John Sauer stands in a pavilion walkway
John Sauer is one of Facilities Management's longest-serving employees.

One of Facilities Management's longest-serving employees, John Sauer, will retire this May after 50 years with the Landscape department.

Sauer first joined the University in 1974, moving from Richmond where he had been working in construction to a property in Batesville where he still lives today. His first day he was assigned to pull weeds on the Monroe Hill property where Brown College is located, working alongside a group of female UVA students nicknamed the “Weedettes.” At the end of his first day he had remarked, “This ain't working,” he recalls.

“If I hadn't been out with the ‘Weedettes,’ I wouldn't be here today,” said Sauer, sitting in his current office at Brown College not far from where he weeded that first day.

Over the past 50 years, Sauer has worked all over Grounds — serving as the gardener of the president's home at Carr's Hill; supervising the Central Grounds and the Lawn landscape crew; and now for his last year of full-time employment he is caring for the landscape at Brown College, where he and his wife have been fellows since 1998.

“I have always enjoyed my work, you're working with the [four] seasons, as well as the academic seasons. We're really in a special spot horticulturally and culturally,” he said.

John Sauer with foliage in the foreground
FM's John Sauer has worked all over Grounds for the past 50 years.

In Sauer's early years he was mentored by an older landscaper, John Roberts, who taught him to “take his work seriously” and then later by Ann Hereford, wife of Frank Hereford, the University's president from 1974 to 1985. Sauer served as the gardener of Carr's Hill through four of the University's nine presidents, eventually following former UVA President Teresa Sullivan over to the University's property at Sprigg Lane while the Carr's Hill property underwent a renovation. He moved over to his current assignment at Brown College last fall.
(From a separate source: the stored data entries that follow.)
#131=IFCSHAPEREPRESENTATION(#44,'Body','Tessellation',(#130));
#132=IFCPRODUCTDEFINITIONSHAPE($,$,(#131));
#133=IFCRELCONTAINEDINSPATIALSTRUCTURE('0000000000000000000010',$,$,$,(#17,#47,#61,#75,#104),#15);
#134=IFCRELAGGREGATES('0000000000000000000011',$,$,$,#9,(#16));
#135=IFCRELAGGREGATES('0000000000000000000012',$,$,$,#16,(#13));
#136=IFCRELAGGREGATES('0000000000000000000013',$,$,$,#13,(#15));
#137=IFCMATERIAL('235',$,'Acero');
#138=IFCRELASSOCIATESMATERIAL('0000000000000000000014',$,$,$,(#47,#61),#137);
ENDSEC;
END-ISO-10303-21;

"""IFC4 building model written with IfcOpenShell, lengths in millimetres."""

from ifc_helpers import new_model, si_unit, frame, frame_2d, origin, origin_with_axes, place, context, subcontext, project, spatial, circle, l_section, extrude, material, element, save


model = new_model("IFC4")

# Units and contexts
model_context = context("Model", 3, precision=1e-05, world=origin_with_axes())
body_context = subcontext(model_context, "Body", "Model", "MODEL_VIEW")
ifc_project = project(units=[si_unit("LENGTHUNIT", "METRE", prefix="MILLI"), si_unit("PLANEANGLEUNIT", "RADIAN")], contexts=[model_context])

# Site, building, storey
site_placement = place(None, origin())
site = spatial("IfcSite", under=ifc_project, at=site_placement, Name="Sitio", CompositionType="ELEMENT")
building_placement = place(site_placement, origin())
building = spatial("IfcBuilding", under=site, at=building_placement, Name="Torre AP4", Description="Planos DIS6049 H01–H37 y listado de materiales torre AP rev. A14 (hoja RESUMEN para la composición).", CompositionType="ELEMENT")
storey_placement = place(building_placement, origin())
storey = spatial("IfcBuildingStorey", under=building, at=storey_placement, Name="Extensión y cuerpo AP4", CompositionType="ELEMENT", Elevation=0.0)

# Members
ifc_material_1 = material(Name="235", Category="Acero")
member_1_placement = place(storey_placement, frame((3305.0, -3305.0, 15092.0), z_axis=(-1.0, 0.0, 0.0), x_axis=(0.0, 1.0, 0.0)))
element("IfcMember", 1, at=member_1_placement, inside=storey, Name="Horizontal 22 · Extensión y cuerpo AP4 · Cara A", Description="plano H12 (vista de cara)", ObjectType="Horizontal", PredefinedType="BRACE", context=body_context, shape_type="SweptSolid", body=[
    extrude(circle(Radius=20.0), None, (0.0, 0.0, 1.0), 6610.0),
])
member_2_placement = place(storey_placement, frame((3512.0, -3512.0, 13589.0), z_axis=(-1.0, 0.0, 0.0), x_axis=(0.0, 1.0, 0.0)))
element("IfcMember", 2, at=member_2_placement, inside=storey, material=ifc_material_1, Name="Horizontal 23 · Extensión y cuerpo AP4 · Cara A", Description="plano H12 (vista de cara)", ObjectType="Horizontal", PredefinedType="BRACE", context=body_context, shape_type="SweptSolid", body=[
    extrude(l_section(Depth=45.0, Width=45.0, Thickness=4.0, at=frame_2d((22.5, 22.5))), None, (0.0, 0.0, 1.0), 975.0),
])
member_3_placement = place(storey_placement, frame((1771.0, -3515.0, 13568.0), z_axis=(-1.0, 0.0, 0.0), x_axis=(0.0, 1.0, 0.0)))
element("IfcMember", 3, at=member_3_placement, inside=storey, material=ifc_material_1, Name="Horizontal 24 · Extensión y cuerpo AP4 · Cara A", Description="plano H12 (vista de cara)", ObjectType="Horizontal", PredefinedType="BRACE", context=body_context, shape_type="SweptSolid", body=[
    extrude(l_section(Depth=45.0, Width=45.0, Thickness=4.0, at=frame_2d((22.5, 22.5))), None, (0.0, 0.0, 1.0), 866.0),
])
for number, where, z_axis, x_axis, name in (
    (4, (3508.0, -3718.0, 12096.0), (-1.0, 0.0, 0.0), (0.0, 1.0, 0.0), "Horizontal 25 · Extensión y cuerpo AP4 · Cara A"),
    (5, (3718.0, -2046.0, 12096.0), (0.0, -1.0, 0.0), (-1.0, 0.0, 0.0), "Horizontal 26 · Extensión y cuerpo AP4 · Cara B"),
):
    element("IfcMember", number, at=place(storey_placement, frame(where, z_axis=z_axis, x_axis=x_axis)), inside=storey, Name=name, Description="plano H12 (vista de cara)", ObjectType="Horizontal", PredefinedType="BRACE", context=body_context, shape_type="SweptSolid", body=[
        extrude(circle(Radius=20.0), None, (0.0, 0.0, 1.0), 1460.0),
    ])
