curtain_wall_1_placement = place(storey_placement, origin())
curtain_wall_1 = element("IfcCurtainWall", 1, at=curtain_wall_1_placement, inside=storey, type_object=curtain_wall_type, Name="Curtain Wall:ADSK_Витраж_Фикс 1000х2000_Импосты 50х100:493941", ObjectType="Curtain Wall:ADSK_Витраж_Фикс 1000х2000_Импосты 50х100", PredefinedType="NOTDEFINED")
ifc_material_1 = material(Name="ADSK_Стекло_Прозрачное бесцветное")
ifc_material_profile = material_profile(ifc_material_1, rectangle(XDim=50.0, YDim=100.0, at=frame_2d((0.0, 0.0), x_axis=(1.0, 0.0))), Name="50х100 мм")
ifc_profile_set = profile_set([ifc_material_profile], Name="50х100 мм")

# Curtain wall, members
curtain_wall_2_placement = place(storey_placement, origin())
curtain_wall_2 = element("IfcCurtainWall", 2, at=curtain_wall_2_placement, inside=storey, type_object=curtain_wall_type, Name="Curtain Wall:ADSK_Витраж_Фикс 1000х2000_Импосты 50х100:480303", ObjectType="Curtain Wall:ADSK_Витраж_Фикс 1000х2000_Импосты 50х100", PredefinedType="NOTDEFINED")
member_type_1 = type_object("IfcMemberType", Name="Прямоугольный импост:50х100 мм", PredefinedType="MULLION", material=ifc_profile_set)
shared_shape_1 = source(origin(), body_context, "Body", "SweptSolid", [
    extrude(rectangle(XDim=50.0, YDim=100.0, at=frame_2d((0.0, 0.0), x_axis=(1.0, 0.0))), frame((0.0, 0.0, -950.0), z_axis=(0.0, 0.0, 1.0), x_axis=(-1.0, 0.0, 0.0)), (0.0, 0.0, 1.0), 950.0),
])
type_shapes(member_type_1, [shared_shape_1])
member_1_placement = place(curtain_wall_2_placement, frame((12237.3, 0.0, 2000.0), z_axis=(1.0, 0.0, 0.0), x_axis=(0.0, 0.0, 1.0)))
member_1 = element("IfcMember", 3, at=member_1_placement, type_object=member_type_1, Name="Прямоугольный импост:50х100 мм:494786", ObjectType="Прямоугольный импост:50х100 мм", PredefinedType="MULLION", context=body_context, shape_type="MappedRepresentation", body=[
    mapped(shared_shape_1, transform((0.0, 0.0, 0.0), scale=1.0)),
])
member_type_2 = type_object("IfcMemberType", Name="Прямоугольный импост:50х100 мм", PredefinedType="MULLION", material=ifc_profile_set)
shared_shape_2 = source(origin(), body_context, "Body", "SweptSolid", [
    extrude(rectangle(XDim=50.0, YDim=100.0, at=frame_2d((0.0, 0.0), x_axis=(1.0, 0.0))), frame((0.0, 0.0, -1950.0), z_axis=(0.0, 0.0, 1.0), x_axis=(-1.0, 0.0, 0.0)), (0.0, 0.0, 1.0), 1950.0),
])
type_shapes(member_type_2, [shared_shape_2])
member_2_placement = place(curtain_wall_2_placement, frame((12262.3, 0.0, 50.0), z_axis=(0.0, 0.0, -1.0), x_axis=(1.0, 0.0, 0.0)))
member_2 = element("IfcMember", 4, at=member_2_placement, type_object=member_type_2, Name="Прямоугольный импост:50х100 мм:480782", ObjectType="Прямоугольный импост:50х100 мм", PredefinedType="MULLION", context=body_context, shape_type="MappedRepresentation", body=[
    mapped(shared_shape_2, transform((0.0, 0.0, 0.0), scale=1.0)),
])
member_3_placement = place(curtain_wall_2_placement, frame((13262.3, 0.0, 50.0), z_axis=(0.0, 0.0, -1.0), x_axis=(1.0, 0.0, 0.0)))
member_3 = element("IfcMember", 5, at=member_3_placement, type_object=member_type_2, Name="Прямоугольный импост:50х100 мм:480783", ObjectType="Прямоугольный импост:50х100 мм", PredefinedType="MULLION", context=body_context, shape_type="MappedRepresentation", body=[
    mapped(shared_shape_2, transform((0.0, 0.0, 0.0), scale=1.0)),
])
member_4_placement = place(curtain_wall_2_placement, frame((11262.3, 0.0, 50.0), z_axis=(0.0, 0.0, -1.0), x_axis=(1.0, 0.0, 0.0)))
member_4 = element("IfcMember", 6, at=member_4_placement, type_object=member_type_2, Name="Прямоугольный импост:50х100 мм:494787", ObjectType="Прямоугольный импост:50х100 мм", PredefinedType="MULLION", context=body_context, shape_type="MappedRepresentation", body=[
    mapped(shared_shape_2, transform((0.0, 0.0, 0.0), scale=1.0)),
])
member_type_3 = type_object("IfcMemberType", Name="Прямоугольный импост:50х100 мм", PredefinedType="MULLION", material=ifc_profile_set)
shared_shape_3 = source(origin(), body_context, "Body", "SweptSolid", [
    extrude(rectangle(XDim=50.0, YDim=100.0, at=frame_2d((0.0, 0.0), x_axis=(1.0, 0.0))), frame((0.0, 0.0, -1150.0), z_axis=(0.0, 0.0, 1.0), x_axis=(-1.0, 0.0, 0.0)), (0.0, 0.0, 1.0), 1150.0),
“I was lucky to be put up at Carr's Hill and mentored by Mrs. Hereford. I stayed with them for 11 years and she really taught me all about gardening,” Sauer said, adding that she did all of her own flower arranging and taught him “the style of grace and elegance.”

A proud memory that sticks out from that time was during Queen Elizabeth's visit in 1976. During her lunch on Grounds, the table featured a flower arrangement of Queen Elizabeth roses that were grown and tended to by Sauer.

In the mid-1980s, Sauer was promoted to foreman and then supervisor of Central Grounds and the Lawn where he served for the next 18 years. He returned to Carr's Hill in 2002 serving under then-President John Casteen and later President Sullivan until 2018. During this time, he was an instrumental part of Virginia Garden Week, leading tours of the property and filling the Carr's Hill carriage house with buckets of fresh flowers that he donated to all of the Garden Week volunteers. From 2018 to 2024, Sauer cared for the property at Sprigg Lane, which includes five acres of botanical trees.

As a fellow in residence at Brown College, Sauer now cares for the Monroe Hill property while also serving alongside his wife as the college's horticultural experts, hosting flower arranging and wreath-making workshops and tree tours for students.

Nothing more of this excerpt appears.